=== Begin Enclosure ===

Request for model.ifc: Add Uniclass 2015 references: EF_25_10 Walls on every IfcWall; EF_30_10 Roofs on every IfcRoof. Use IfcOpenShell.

First a look at what the model holds.

```python
import ifcopenshell

model = ifcopenshell.open("model.ifc")
print(model.schema)
print("classifications:", [c.Name for c in model.by_type("IfcClassification")])
for ifc_class in ("IfcDoor", "IfcRoof", "IfcStair", "IfcWall", "IfcWindow"):
    print(ifc_class, len(model.by_type(ifc_class)))
```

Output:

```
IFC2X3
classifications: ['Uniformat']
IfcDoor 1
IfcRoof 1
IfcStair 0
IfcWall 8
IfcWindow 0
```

```python
import ifcopenshell
import ifcopenshell.api.classification

model = ifcopenshell.open("model.ifc")

# IFC2X3 requires Source and Edition and has no link from the project to the system.
system = model.create_entity("IfcClassification", Source="NBS", Edition="2015", Name="Uniclass 2015")

codes = {
    "IfcWall": ("EF_25_10", "Walls"),
    "IfcRoof": ("EF_30_10", "Roofs"),
}
for ifc_class, (code, name) in codes.items():
    products = model.by_type(ifc_class)
    ifcopenshell.api.classification.add_reference(
        model, products=products, classification=system, identification=code, name=name
    )
    print(code, len(products))

model.write("model_updated.ifc")
```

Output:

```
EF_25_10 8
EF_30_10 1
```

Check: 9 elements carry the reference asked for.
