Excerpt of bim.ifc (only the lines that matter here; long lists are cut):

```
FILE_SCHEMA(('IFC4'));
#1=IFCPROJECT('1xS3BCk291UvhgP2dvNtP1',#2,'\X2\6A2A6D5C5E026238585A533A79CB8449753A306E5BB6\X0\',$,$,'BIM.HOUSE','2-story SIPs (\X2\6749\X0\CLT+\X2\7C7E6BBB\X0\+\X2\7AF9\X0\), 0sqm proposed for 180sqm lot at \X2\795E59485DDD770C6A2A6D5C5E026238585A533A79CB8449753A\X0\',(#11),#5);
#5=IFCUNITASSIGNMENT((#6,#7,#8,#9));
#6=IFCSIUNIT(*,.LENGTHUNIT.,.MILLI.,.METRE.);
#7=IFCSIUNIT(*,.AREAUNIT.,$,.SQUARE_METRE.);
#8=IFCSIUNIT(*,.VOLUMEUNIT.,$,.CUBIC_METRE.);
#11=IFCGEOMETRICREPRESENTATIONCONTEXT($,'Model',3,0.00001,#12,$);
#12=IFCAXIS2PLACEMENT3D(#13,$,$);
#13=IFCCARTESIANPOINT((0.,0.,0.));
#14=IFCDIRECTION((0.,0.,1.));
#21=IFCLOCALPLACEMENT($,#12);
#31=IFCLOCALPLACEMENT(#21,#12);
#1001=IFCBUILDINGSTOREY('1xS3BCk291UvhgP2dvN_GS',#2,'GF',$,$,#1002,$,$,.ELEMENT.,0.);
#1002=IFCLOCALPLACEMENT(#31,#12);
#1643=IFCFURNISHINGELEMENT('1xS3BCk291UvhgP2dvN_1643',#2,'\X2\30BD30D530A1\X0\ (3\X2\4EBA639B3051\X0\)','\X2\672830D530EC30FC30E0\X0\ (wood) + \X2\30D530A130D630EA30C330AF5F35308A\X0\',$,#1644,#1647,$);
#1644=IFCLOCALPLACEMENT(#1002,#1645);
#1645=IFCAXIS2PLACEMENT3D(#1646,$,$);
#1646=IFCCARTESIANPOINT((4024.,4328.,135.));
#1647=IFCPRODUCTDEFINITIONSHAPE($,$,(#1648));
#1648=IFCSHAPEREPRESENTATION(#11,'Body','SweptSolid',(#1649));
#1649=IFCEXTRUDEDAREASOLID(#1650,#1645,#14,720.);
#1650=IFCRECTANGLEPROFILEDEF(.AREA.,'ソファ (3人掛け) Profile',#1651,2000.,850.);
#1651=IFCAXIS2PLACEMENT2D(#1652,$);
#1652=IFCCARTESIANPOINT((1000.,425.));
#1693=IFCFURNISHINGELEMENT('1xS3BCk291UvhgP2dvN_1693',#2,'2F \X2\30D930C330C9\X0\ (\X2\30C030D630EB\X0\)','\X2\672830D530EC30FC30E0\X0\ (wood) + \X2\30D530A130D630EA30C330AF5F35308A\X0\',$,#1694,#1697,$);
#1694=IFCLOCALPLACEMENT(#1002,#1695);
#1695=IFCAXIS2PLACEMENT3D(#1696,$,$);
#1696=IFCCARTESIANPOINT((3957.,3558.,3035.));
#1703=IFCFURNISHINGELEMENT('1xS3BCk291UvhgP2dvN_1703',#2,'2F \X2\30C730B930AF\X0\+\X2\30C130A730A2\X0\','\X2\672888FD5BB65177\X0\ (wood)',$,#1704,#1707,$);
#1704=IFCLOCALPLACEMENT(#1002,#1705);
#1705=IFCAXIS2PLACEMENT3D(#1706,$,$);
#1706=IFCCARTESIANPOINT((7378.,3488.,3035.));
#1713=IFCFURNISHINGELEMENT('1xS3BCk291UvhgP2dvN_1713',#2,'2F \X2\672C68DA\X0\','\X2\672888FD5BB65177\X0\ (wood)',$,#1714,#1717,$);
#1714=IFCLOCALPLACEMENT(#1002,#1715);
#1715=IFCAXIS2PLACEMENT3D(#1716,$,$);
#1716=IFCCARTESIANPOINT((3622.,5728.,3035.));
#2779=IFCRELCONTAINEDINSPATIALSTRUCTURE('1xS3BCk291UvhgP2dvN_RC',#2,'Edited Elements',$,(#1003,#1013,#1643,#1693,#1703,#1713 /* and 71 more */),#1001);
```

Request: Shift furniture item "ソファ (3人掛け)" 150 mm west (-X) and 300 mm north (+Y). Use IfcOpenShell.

```python
import ifcopenshell
import ifcopenshell.api.geometry
import ifcopenshell.util.placement
import ifcopenshell.util.unit

model = ifcopenshell.open("bim.ifc")
unit_scale = ifcopenshell.util.unit.calculate_unit_scale(model)

item = model.by_guid("1xS3BCk291UvhgP2dvN_1643")
matrix = ifcopenshell.util.placement.get_local_placement(item.ObjectPlacement)
matrix[0, 3] -= 0.15 / unit_scale
matrix[1, 3] += 0.3 / unit_scale
ifcopenshell.api.geometry.edit_object_placement(model, product=item, matrix=matrix, is_si=False)

print(ifcopenshell.util.placement.get_local_placement(item.ObjectPlacement).round(3) + 0.0)

model.write("bim_rev.ifc")
```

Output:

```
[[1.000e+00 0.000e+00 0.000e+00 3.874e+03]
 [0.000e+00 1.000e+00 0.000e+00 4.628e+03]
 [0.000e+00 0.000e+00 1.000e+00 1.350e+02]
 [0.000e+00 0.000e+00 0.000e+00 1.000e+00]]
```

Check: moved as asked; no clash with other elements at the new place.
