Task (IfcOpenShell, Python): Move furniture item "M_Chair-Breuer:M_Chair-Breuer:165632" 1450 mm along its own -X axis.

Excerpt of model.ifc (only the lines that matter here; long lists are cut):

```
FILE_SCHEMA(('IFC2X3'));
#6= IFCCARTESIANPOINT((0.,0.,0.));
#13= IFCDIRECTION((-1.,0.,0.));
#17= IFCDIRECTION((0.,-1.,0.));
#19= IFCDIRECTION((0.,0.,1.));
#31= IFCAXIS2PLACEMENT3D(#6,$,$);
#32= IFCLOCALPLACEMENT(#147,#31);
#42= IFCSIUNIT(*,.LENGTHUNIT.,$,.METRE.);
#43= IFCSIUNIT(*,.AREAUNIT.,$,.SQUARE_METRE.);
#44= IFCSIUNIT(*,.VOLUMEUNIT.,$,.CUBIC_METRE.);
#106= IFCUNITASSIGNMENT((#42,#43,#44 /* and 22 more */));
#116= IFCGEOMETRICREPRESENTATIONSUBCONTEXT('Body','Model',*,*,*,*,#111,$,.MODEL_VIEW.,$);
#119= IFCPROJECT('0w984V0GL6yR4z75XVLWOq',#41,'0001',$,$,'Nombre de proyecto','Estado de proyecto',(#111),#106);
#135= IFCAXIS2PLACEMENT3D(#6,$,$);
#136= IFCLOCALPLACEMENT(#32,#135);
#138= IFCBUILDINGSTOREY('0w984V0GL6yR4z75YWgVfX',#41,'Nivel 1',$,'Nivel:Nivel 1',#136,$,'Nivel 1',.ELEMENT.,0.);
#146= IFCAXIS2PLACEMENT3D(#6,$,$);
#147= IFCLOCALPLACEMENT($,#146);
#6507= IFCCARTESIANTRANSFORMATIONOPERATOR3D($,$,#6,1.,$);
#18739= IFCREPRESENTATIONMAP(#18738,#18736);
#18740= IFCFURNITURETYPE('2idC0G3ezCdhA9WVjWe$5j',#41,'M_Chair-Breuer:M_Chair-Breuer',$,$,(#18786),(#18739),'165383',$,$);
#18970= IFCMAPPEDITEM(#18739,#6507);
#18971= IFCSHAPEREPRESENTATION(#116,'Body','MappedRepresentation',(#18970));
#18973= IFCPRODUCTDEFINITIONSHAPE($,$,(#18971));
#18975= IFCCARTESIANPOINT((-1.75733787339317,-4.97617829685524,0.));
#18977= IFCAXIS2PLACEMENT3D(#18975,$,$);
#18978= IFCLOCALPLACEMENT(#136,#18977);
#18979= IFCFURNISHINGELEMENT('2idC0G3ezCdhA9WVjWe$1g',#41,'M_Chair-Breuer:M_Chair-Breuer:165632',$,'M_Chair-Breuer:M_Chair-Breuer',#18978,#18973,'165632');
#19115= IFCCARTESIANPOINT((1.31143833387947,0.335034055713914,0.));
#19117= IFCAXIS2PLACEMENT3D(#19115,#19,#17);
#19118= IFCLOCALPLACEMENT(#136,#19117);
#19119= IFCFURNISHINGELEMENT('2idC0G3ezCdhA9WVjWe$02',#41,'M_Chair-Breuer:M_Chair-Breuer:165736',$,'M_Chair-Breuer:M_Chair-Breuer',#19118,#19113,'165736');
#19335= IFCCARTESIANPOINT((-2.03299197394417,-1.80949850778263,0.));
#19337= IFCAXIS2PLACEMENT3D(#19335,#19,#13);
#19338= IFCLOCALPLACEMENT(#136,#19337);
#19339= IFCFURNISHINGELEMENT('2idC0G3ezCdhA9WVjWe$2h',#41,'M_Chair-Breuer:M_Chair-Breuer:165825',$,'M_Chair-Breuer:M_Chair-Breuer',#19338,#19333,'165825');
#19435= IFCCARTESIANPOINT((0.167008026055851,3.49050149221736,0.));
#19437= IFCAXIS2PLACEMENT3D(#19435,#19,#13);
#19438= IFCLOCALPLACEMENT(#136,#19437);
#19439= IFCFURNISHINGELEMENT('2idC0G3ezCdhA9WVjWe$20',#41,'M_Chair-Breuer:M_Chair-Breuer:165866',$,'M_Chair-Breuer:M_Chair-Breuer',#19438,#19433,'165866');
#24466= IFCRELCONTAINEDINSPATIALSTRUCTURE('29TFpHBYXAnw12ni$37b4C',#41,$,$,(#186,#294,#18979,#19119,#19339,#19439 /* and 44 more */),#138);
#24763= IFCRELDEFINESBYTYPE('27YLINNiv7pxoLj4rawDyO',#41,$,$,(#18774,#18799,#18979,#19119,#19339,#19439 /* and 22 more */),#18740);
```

```python
import ifcopenshell
import ifcopenshell.api.geometry
import ifcopenshell.util.placement

model = ifcopenshell.open("model.ifc")

item = model.by_guid("2idC0G3ezCdhA9WVjWe$1g")
matrix = ifcopenshell.util.placement.get_local_placement(item.ObjectPlacement)
matrix[:3, 3] -= matrix[:3, 0] * 1.45
ifcopenshell.api.geometry.edit_object_placement(model, product=item, matrix=matrix, is_si=False)

print(ifcopenshell.util.placement.get_local_placement(item.ObjectPlacement).round(3) + 0.0)

model.write("model_v2.ifc")
```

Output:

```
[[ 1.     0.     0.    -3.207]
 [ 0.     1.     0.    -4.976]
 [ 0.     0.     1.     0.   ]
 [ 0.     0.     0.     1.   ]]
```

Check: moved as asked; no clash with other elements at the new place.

=== End Enclosure ===

*Activity:* When the records above are checked line by line, how many lines contain the word "IFCSHAPEREPRESENTATION"? Please give only that number.

*Exercise response:* 2